Ia mengatakan, pemerintah semestinya dapat menemukan solusi terhadap persoalan defisit anggaran BPJS Kesehatan. Selama tiga tahun terakhir, keuangan BPJS selalu negatif. Pada 2014, defisit anggaran sebesar Rp 3,3 triliun, hingga pada 2018 hingga defisit anggaran sebesar Rp 16 triliun.
Dengan demikian, iuran BPJS naik ini adalah salah satu solusi yang ditujukan untuk mengatasi persoalan BPJS Kesehatan selama ini. Arus kas yang diterima BJS kesehatan berasal dari anggaran negara yang dibayarkan pemerintah untuk PBI serta iuran yang dibayarkan oleh masyarakat bukan PBI.
Namun, pihak Kementerian Keuangan masih belum dapat menyimpulkan apakah BPJS tidak akan defisit setelah iuran BPJS naik. Wakil Menteri Keuangan Suahasil Nazara menyatakan, selain menaikkan besaran iuran, yang perlu dilakukan adalah perbaikan di sisi manajemen, data, hubungan antara BPJS kesehatan dengan fasilitas kesehatan.
Menurut Suahasil, tata kelola keseluruhan dari sistem BPJS kesehatan perlu diperbaiki demi efisiensi penyelenggaraan BPJS.
Respons atas kenaikan iuran BPJS
Dari 32 juta orang peserta mandiri, sekitar 50 persen atau sebanyak 16 juta persen peserta menunggak pembayaran iuran. Padahal, ada sanksi berupa denda layanan bagi peserta yang tidak disiplin membayar iuran juga dikenakan. Besarnya hingga maksimal hingga Rp 30 juta.

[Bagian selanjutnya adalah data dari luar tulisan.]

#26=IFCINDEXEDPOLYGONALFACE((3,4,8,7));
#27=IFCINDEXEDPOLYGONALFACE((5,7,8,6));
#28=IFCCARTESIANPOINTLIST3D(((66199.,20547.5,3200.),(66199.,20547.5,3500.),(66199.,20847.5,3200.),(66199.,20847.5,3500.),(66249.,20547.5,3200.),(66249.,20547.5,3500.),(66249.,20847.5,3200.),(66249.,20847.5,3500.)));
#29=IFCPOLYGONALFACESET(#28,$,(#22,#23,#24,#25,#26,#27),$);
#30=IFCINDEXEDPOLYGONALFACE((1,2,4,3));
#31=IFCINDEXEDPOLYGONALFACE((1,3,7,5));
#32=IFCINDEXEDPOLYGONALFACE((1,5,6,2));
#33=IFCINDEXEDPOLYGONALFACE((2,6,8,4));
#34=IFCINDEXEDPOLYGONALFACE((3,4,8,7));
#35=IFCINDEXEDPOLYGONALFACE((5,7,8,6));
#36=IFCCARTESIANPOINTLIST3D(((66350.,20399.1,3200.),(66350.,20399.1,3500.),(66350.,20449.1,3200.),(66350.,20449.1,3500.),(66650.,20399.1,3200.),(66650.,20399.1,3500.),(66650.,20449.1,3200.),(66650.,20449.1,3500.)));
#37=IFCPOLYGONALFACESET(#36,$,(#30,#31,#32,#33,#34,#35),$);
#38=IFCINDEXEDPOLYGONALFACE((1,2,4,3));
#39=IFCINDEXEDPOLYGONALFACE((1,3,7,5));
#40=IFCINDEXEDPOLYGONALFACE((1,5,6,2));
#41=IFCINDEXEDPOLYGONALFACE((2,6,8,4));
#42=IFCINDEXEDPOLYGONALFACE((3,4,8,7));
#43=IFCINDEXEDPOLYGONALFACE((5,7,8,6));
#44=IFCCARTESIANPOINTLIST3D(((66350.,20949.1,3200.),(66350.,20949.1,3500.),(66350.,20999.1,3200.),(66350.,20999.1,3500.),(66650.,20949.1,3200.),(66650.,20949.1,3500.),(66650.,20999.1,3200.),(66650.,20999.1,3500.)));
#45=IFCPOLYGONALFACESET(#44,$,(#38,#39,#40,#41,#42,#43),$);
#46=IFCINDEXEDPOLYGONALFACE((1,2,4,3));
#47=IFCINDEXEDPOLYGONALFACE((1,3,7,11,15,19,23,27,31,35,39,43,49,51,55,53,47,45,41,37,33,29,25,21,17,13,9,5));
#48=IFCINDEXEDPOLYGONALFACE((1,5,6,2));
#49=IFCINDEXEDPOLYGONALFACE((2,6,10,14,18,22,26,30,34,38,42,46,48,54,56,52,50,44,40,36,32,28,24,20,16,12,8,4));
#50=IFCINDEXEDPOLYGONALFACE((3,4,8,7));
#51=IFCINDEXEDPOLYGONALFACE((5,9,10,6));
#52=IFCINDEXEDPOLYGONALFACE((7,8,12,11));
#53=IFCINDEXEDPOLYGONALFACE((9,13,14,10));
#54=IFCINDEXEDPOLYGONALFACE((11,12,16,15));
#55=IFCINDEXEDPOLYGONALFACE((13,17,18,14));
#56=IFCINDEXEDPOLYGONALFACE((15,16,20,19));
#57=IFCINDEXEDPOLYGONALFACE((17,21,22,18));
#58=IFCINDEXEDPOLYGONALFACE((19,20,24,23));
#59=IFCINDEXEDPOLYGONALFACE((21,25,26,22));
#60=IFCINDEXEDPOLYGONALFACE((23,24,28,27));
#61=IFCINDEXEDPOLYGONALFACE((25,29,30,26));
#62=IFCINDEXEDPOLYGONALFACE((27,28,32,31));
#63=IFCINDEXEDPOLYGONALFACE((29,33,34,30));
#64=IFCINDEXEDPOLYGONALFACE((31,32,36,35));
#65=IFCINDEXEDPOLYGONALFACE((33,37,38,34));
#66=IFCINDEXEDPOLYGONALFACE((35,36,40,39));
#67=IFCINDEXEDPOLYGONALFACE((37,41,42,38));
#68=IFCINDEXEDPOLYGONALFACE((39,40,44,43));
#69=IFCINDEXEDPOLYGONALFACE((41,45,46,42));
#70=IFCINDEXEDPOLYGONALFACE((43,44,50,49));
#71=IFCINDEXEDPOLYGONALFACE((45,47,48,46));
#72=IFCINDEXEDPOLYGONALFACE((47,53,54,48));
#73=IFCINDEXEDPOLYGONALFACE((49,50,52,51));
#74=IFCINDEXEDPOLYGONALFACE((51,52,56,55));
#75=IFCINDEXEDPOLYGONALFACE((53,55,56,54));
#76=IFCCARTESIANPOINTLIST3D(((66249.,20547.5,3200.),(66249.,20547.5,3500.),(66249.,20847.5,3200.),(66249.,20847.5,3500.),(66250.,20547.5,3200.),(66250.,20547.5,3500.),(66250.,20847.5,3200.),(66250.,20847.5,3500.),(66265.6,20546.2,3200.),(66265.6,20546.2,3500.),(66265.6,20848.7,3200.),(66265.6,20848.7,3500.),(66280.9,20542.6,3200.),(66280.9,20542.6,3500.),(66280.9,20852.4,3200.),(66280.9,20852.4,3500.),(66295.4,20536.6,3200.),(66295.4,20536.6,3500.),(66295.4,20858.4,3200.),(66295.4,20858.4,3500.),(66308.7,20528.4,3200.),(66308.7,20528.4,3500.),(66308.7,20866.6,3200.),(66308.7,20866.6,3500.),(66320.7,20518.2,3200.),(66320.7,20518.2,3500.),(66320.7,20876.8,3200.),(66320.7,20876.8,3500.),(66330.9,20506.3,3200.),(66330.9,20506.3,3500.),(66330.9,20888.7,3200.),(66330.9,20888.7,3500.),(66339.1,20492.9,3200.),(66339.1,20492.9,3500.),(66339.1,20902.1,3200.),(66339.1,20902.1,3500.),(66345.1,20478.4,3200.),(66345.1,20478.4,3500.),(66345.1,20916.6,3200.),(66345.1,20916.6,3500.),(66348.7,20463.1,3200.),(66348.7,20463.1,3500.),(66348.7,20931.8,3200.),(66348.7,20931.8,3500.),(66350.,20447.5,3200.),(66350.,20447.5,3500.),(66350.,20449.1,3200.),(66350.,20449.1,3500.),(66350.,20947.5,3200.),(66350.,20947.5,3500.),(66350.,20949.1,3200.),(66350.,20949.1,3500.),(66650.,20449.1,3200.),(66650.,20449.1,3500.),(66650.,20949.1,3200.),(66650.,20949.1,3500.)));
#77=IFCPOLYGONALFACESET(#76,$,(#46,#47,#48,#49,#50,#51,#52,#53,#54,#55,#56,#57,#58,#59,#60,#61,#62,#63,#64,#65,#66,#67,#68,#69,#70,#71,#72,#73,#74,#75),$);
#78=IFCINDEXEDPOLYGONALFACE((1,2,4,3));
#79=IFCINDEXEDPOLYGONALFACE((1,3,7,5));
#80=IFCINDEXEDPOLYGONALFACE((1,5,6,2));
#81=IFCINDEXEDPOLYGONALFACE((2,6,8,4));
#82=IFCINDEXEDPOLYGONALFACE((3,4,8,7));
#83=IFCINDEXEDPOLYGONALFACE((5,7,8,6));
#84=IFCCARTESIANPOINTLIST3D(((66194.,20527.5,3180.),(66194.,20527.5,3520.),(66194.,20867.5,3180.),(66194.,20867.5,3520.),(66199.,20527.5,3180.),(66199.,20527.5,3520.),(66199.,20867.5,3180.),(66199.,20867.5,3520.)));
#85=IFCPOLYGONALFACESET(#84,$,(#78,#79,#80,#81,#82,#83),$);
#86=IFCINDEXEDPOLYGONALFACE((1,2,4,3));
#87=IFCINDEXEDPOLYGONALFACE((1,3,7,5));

Selain soal iuran, masalah umum yang ditemukan dalam penggunaan BPJS kesehatan adalah prosedur pengobatan yang panjang, pasien yang diminta pulang meski dalam keadaan rentan, diminta beli obat, atau kesulitan mencari ruang perawatan.

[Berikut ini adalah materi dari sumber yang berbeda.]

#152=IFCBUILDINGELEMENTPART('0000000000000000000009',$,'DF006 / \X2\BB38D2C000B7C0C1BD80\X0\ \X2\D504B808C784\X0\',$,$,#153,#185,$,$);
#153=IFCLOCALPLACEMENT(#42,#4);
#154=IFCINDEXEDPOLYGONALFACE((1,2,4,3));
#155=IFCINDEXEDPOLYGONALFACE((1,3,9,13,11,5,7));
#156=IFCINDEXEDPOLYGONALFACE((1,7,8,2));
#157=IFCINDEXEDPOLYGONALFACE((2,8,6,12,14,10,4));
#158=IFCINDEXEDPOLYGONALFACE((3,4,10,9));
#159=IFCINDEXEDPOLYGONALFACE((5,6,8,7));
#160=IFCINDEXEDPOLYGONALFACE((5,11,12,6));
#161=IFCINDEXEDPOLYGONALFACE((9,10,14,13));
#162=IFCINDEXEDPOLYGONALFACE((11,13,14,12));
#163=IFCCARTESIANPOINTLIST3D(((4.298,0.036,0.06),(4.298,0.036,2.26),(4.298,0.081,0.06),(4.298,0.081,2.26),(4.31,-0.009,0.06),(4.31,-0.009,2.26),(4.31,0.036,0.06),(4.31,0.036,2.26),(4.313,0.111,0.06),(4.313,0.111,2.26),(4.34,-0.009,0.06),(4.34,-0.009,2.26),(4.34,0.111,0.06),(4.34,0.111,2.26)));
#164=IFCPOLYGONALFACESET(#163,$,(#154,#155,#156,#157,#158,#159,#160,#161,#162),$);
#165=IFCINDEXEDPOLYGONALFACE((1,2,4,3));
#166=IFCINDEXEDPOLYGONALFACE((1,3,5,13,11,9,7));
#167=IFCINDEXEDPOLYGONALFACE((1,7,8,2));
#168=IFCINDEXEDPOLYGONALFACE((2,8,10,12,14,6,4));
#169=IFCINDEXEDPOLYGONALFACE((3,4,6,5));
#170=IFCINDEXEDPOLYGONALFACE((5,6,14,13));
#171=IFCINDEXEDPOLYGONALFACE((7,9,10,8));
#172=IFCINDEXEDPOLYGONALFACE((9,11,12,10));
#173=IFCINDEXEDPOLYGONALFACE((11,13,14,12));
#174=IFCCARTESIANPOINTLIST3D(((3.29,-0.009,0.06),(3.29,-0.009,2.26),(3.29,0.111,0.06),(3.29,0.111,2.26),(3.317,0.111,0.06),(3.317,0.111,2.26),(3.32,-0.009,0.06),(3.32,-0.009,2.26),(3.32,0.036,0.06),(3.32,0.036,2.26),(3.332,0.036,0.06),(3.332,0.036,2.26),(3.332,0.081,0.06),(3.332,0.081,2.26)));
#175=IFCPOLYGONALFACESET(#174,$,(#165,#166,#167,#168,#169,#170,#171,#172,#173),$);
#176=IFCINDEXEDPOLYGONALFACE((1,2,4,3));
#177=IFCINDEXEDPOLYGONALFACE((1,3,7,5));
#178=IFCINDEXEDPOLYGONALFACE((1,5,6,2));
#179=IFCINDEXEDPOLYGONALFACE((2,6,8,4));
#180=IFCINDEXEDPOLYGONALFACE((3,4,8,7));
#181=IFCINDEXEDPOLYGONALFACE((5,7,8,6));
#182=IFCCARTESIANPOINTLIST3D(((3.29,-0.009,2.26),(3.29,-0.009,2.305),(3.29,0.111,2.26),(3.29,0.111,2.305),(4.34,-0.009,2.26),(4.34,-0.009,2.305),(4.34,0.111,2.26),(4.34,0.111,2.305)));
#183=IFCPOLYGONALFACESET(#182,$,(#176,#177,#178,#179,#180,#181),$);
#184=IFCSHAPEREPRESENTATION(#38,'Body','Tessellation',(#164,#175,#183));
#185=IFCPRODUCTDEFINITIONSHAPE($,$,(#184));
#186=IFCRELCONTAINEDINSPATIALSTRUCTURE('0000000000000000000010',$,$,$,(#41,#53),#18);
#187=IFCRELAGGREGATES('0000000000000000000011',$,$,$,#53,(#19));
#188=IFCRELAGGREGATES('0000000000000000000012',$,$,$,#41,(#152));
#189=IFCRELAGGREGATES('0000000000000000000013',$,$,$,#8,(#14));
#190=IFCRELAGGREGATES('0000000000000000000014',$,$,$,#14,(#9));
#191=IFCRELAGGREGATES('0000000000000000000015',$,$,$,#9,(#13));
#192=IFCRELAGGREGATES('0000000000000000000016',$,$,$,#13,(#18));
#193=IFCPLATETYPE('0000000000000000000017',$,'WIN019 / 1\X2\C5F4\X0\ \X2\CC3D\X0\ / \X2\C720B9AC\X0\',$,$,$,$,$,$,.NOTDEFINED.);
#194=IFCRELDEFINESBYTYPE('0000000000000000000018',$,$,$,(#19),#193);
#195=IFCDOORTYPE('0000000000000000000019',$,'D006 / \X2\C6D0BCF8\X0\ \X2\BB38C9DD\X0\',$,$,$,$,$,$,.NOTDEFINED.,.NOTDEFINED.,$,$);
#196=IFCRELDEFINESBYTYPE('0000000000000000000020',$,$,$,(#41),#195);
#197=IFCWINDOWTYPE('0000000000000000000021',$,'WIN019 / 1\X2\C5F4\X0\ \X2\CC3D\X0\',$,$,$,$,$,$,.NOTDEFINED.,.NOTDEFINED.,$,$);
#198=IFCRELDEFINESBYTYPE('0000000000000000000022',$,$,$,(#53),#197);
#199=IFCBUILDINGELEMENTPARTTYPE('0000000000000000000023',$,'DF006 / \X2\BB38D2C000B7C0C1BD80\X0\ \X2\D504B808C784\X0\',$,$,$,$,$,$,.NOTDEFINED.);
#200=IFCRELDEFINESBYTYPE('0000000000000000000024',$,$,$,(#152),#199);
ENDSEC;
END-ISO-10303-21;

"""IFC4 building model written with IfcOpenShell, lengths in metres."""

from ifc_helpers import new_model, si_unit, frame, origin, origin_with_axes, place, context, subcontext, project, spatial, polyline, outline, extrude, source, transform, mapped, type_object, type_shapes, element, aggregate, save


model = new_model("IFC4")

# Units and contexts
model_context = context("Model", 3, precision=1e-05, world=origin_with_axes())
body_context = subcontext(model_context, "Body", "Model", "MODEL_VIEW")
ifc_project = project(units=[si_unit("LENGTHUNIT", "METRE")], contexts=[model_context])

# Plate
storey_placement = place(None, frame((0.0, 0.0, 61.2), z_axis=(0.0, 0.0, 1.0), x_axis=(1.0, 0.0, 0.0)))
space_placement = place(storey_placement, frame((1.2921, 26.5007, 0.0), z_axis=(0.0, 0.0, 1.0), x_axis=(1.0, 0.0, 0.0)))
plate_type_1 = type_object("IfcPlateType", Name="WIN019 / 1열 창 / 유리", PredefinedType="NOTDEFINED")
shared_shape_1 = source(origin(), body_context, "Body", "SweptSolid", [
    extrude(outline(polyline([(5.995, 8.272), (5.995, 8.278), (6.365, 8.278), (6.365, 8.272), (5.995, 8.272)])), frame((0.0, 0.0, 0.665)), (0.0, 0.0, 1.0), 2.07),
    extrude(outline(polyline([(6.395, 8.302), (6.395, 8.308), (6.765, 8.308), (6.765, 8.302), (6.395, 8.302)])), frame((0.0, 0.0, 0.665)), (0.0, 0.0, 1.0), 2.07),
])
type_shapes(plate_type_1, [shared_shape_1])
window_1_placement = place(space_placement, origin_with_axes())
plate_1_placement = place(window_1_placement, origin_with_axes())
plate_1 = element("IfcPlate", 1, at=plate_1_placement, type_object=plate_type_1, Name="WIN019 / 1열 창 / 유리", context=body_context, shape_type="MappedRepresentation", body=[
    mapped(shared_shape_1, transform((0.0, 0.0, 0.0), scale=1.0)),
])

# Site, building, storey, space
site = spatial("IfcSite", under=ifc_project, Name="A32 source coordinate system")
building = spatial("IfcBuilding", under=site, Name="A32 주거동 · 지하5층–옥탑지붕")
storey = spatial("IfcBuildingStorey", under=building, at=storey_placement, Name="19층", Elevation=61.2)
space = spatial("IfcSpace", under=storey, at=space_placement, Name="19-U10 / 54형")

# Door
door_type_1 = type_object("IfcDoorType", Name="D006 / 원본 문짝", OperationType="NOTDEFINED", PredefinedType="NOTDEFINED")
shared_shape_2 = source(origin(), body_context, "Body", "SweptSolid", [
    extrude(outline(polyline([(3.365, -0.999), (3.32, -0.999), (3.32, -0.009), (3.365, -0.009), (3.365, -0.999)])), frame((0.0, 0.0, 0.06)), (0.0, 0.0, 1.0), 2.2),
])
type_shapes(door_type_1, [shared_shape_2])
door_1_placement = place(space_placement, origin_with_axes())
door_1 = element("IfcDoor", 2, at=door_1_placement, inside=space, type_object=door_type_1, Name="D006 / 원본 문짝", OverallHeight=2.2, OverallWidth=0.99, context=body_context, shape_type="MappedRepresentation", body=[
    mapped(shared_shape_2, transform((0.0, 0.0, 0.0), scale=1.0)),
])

Singkatnya, kampanye BPJS kesehatan belum maksimal. Dengan kinerja BPJS kesehatan yang diragukan itu, pengumuman iuran BPJS naik ini justru semakin mendorong ajakan viral di internet untuk turun kelas atau malah sekalian tidak melanjutkan atau berhenti membayar. Ini memang dapat dilakukan, tapi tidak dapat sembarangan.
Kita tunggu hingga Januari 2020, apakah BPJS Kesehatan mampu mengatasi persoalan-persoalan ini dan apakah kenaikan iuran memang jawaban yang tepat atas defisit anggaran selama ini.